16/11/2010

ANTONIO GOMES MOTA







USURA

Recebi há dias um folheto promocional de uma instituição de crédito que me propunha a utilização de uma linha de crédito pessoal, aparentemente com um mínimo de burocracia e grande agilidade na disponibilização do dinheiro, com pagamentos até 24 meses e uma taxa de juro nominal de 27.4%, que se transforma numa taxa efectiva, TAEG na linguagem bancária, superior a 30%.

Embora tivesse uma ideia mais ou menos aproximada do nível exorbitante a que poderiam chegar as taxas praticadas neste tipo de crédito, motivado pela recepção do respectivo folheto, procurei ir averiguar da existência de algum enquadramento legal sobre a matéria.

E cheguei à conclusão que há um Decreto – Lei, o nº132/09 de 2 de Junho, que comete ao Banco de Portugal a responsabilidade de trimestralmente publicar as taxas máximas que podem ser praticadas nos diferentes tipos de crédito pessoal, indicando o método de tal limitação, um terço para cima da média das taxas praticadas pelas instituições de crédito.
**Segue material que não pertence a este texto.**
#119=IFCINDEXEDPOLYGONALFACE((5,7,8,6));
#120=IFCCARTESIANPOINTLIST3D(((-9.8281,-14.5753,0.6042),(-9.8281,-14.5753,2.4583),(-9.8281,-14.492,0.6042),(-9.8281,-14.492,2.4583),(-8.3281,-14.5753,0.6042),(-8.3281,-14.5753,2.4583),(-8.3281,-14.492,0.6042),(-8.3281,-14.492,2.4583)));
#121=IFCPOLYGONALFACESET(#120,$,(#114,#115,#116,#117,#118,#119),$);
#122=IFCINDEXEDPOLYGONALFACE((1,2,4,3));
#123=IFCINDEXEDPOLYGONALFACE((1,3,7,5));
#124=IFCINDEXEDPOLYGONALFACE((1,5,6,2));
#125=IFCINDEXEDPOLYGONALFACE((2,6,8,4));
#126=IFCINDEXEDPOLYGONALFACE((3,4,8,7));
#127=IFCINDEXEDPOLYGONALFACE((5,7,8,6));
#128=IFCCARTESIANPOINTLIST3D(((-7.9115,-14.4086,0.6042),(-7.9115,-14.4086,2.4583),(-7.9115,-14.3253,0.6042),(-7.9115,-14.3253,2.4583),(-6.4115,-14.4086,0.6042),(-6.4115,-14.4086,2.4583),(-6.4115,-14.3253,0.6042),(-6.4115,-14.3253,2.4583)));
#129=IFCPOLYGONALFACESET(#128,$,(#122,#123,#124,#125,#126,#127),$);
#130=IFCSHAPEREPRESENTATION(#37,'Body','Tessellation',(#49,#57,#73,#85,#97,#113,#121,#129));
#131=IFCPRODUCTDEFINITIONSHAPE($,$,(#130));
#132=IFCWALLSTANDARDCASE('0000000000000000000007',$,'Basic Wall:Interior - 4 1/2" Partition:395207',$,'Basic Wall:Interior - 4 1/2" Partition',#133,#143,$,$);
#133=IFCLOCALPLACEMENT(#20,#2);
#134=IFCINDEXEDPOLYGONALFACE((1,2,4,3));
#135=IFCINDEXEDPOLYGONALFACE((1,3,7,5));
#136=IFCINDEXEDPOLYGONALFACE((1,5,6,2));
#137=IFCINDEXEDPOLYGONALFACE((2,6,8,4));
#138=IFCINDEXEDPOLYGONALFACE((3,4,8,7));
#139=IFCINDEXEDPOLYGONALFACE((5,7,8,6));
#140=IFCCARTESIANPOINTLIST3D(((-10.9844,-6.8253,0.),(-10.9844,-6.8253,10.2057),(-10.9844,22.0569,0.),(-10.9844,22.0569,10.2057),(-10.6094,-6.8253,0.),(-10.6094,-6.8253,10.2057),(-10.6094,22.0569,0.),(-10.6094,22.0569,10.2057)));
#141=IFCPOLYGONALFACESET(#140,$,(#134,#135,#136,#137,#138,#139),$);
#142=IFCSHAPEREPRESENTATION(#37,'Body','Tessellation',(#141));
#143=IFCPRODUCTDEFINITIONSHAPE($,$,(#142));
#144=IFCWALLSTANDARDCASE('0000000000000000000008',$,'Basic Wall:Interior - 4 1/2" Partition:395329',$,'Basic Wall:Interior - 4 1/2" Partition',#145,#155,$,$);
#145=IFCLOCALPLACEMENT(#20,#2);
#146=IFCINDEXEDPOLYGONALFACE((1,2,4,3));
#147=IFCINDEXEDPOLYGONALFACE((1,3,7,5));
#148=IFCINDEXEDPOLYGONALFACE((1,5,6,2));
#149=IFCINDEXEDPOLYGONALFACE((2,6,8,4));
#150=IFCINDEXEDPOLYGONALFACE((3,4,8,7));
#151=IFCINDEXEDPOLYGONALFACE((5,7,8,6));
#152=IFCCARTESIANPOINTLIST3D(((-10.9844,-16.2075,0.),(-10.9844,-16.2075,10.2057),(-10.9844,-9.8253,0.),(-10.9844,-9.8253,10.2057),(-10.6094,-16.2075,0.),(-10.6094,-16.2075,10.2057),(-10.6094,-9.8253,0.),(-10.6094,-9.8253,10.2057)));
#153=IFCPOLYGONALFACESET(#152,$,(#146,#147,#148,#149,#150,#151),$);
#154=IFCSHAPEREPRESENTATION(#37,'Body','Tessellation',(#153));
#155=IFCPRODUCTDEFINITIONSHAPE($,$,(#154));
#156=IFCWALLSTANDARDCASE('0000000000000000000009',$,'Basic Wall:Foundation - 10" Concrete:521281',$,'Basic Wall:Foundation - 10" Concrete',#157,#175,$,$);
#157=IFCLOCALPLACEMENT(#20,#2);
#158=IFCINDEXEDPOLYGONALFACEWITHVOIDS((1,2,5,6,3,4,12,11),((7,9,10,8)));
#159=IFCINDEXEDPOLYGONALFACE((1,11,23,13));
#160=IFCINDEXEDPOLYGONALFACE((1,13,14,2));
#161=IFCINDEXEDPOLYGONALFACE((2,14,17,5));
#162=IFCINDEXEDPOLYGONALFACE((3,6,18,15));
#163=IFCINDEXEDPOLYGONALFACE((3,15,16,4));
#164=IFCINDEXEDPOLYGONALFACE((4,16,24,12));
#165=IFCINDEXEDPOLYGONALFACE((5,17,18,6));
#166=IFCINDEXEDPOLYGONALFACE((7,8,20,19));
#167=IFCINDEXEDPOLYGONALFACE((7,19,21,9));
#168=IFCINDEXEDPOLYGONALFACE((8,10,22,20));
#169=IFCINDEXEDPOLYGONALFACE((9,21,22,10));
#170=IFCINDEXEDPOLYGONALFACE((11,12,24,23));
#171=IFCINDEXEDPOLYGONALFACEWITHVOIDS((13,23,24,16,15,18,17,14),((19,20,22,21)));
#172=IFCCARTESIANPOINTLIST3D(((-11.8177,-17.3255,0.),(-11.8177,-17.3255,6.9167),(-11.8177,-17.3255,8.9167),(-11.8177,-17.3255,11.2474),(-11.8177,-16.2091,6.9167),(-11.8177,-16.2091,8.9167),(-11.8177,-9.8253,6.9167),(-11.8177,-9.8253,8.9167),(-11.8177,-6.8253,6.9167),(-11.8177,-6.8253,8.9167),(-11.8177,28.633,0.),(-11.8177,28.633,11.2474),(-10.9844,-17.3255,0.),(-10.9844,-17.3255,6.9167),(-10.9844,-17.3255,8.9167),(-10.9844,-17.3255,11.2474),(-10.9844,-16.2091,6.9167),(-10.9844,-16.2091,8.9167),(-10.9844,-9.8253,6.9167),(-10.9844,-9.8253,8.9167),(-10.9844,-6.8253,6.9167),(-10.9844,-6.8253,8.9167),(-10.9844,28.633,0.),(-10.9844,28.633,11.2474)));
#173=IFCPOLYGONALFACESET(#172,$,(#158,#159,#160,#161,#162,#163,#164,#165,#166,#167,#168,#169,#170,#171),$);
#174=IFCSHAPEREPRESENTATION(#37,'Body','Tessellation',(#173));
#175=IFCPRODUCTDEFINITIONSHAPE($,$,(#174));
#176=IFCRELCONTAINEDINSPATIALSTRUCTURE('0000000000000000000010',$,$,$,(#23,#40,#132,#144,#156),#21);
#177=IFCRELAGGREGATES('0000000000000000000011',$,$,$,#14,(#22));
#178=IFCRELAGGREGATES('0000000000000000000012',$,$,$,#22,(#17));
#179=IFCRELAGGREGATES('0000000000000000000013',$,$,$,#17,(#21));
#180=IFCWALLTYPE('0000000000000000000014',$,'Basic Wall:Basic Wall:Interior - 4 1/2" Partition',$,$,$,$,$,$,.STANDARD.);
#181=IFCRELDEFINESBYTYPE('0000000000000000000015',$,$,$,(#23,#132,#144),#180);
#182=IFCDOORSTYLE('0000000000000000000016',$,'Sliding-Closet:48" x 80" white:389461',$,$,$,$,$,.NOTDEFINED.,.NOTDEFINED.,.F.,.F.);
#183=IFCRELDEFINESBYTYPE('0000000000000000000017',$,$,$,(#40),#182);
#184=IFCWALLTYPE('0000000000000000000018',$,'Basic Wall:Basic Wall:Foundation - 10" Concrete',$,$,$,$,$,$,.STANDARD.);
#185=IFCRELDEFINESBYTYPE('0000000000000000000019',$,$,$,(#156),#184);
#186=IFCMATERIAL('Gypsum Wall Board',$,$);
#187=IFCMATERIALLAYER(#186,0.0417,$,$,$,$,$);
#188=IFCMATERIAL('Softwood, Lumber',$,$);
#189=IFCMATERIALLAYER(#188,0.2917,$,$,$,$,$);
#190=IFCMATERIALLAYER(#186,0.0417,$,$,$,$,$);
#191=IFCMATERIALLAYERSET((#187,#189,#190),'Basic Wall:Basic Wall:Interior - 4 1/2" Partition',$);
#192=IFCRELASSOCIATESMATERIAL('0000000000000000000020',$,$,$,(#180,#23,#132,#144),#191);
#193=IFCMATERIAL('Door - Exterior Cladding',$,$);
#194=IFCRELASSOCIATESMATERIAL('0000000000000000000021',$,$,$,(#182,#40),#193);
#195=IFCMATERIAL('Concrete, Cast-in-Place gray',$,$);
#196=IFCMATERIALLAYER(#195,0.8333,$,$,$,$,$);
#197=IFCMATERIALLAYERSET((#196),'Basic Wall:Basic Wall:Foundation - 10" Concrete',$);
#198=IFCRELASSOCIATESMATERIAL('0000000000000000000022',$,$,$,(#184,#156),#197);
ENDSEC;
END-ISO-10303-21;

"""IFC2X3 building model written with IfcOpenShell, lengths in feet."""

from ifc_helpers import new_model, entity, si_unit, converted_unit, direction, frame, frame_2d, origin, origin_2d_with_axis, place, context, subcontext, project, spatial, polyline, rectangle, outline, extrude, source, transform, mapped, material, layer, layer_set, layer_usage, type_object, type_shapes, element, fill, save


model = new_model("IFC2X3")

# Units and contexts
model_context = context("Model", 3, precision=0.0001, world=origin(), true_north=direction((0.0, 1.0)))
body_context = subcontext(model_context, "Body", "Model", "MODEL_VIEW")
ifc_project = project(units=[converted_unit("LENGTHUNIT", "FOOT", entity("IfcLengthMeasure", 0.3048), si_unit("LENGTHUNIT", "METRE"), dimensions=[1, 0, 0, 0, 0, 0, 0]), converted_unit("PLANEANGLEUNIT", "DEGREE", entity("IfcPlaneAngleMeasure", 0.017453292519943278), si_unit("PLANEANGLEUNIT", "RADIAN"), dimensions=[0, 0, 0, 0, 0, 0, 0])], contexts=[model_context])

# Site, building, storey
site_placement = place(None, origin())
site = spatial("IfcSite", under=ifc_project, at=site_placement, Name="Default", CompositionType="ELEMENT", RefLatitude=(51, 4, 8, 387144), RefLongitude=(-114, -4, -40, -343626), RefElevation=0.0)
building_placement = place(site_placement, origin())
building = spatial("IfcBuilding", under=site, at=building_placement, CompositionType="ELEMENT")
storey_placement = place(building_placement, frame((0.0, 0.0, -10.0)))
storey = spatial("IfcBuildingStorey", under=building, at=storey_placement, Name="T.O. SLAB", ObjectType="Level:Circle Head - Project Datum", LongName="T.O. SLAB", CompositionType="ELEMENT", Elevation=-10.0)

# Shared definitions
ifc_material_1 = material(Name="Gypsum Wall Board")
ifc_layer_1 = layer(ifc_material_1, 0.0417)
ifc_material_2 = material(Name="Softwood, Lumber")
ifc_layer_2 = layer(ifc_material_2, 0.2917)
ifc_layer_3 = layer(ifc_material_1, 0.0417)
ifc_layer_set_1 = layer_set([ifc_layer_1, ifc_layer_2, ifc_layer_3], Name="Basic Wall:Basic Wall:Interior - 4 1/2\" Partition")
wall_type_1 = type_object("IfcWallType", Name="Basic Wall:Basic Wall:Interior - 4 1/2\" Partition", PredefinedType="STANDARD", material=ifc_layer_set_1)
Consultado o site do Banco de Portugal, verifico que para o trimestre em curso o limite imposto ao tipo de crédito que consta do folheto que recebi é de 32.9%, ou seja a taxa que me foi proposta é imaculadamente legal.
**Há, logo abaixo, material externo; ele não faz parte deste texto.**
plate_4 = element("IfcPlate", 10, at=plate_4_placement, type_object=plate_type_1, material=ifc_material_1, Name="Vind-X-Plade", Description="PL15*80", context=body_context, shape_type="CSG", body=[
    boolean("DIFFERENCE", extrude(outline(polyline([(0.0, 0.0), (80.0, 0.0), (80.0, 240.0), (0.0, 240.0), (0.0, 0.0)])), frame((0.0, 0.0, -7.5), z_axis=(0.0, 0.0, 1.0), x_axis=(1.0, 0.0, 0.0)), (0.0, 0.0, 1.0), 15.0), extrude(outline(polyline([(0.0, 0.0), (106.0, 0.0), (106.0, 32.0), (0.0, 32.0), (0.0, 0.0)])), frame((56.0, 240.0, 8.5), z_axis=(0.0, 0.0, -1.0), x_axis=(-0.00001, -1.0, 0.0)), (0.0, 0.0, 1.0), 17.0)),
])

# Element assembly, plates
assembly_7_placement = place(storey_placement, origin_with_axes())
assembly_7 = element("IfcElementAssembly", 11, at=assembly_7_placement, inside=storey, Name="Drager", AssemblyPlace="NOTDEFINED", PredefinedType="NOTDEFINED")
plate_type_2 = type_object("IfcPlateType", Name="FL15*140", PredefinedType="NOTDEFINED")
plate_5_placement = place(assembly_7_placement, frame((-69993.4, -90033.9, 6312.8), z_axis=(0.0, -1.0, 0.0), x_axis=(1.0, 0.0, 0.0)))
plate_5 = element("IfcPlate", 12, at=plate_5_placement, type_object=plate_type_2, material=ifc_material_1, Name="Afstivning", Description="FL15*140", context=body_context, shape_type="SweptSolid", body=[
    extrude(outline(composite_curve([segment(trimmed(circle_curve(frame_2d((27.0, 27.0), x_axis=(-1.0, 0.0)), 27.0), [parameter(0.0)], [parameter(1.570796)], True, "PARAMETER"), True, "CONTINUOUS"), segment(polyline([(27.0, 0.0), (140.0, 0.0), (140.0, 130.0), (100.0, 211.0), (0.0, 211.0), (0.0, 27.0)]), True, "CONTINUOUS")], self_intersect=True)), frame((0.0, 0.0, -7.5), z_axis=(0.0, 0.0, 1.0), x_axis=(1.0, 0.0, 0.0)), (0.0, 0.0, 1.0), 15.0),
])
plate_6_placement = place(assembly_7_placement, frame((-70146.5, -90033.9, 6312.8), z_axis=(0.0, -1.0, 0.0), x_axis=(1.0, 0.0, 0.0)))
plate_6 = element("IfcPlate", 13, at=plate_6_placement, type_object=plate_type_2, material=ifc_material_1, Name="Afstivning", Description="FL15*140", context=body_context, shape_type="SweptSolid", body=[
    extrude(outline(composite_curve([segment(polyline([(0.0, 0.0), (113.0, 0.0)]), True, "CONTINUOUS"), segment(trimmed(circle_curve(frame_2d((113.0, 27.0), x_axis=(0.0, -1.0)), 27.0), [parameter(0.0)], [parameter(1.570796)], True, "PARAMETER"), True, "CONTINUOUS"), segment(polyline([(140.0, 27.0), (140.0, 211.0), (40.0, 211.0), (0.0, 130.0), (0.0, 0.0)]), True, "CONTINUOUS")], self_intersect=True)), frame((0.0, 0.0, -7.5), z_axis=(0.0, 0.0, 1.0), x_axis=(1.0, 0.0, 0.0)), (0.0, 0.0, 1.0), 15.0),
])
Os defensores da economia de mercado pura e dura certamente que aceitarão esta prática, questionando até a bondade da limitação de uma taxa máxima, que restringe o livre funcionamento do mercado e das práticas concorrenciais.

Pessoalmente entendo que a legislação mais do que regular limites está a verdadeiramente a tornar legal a usura despudorada enquanto actividade económica.

A sustentação da prática de taxas de vinte e muitos por centos apenas pode derivar de uma de duas situações: ou a obtenção de uma margem injustificável do ponto de vista económico e moral, evidenciando falha de mercado, com ausência de concorrência efectiva e que assim carece de regulação urgente, ou deriva de um quase jogo de casino em que a maioria dos utilizadores não paga e consequentemente aqueles que honram os seus compromissos têm de bancar pelos outros. Mas assim sendo, deve ser regulada e taxada como se de jogo se tratasse.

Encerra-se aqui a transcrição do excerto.